Among the British descendants who benefited from slavery are ancestors of the former Prime Minister –  David Cameron; former Member of Parliament Douglas Hogg; authors Graham Greene and George Orwell; poet Elizabeth Barrett Browning; and the Chairman of the Arts Council, Peter Bazalgette. Other prominent names which feature in Nicolas Draper’s records include scions of one of the nation’s oldest banking families, the Barings, and the second Earl of Hare-wood, Henry Lascelles, an ancestor of the Queen’s cousin. Some families used the money to invest in the railways and other aspects of the industrial revolution; others bought or maintained their country houses, and some used the money for philanthropy. George Orwell’s great-grandfather, Charles Blair, received £4,442, equal to more than £3 million today, for the 218 slaves he owned.

While the Dutch tried to erase Guyana from their slave history, they occupied Guyana longer than any of our occupiers. We should not let them off the hook in ensuring that the Dutch ancestry are also held liable to compensate descendants of their slave property they once held in Guyana. From the 17th century through the 19th century, the Dutch brought about 16,000 Africans to Essequibo; 15,000 to Berbice; and 11,000 to Demerara, making it a total of approximately 42,000 give or take a few thousand at the time ownership was transferred to the British in 1814. 

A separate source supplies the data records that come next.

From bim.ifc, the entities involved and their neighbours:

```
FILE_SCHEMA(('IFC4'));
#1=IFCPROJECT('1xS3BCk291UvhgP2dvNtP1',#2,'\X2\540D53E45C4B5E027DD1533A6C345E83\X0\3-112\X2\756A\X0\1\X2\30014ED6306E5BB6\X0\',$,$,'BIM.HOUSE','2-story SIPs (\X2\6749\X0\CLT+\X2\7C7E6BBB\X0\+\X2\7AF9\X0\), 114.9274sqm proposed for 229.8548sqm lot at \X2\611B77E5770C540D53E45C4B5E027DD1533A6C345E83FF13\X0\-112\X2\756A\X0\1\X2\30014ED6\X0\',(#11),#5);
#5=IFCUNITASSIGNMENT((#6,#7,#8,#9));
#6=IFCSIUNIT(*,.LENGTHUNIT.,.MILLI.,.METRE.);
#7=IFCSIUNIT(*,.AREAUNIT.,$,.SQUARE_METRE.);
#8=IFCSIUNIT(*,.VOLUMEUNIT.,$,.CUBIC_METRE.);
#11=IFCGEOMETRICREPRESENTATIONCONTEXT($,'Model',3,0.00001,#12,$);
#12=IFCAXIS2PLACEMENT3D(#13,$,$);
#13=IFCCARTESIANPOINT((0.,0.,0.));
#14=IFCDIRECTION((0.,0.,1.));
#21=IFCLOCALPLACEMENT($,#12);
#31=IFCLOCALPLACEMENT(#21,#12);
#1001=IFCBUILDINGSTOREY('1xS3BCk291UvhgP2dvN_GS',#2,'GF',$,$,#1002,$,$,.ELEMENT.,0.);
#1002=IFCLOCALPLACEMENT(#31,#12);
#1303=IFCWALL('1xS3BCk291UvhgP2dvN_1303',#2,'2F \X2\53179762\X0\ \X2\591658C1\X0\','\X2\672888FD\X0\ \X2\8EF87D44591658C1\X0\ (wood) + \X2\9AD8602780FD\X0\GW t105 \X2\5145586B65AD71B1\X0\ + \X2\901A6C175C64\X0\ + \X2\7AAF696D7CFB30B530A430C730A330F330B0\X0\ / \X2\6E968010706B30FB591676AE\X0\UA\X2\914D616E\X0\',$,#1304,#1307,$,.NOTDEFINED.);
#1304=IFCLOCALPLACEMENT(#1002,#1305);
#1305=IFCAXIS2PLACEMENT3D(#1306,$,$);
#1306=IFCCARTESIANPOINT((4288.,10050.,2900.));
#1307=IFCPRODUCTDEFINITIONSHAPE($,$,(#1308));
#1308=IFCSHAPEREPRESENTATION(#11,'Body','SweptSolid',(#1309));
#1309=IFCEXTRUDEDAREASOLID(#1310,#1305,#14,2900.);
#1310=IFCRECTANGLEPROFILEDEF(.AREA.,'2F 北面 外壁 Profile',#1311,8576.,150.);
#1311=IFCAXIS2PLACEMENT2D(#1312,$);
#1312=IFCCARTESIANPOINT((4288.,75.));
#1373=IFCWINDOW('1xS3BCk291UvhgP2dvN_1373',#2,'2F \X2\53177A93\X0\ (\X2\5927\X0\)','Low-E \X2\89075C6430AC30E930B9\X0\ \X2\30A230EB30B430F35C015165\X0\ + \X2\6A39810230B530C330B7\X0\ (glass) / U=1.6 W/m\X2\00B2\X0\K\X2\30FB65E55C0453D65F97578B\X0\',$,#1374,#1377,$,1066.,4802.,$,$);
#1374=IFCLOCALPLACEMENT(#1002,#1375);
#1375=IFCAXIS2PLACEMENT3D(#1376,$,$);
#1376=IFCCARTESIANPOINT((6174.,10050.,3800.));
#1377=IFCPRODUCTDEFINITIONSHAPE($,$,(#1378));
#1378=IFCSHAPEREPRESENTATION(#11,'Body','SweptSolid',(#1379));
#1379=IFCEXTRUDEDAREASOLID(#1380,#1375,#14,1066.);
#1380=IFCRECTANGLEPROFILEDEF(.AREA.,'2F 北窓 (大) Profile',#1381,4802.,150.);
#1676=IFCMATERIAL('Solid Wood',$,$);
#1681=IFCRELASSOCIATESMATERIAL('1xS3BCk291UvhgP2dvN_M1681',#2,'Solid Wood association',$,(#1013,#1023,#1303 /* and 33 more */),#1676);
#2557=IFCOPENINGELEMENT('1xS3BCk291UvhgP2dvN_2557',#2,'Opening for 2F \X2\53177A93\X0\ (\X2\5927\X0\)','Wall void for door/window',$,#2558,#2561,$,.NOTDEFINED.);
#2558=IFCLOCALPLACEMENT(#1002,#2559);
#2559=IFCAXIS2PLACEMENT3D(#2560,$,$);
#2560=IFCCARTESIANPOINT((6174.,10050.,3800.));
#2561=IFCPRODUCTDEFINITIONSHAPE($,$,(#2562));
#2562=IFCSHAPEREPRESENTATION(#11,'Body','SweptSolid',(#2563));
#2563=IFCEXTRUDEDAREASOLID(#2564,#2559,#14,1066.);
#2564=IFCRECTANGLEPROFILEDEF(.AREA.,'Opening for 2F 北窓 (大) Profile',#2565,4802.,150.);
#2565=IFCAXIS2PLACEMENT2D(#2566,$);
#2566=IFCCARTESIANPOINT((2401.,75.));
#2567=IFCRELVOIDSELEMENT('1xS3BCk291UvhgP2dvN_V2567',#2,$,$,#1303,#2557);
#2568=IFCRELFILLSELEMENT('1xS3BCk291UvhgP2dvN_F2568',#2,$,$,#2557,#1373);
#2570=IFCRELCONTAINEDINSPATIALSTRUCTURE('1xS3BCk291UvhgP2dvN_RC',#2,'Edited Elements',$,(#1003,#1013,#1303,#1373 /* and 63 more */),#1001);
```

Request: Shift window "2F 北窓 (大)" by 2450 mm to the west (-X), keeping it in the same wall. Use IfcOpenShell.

```python
import ifcopenshell
import ifcopenshell.api.geometry
import ifcopenshell.util.placement
import ifcopenshell.util.unit

model = ifcopenshell.open("bim.ifc")
unit_scale = ifcopenshell.util.unit.calculate_unit_scale(model)

window = model.by_guid("1xS3BCk291UvhgP2dvN_1373")
opening = window.FillsVoids[0].RelatingOpeningElement
wall = opening.VoidsElements[0].RelatingBuildingElement

wall_matrix = ifcopenshell.util.placement.get_local_placement(wall.ObjectPlacement)
shift = wall_matrix[:3, 0] * -2.45 / unit_scale
before = ifcopenshell.util.placement.get_local_placement(window.ObjectPlacement)[:3, 3].copy()

# The window is not placed relative to its opening, so move both.
for product in (opening, window):
    matrix = ifcopenshell.util.placement.get_local_placement(product.ObjectPlacement)
    matrix[:3, 3] += shift
    ifcopenshell.api.geometry.edit_object_placement(model, product=product, matrix=matrix, is_si=False)

after = ifcopenshell.util.placement.get_local_placement(window.ObjectPlacement)[:3, 3]
print("window moved by", (after - before).round(3) + 0.0)

model.write("bim_edited.ifc")
```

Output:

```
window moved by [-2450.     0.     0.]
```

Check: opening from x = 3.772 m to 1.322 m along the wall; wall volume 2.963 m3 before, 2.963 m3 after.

The Dutch had a significant role in the global slave trade – the stately mansions lining the canals in Amsterdam is a testament to the fortunes amassed during the Dutch Golden Age, from the use of slave labour in their colonies, Guyana was their number one export earnings during the period. Also, the construction of the canals in the city of Amsterdam was financed through the proceeds from slavery. There is even a mansion in Voorschoten called the Berbice country estate, which is in close proximity to The Hague, and which dates back to 1669. In 1827 the then owner Jon Kheer Goldberg named the mansion after Berbice when he was in the colony during the time he was stationed in Guyana.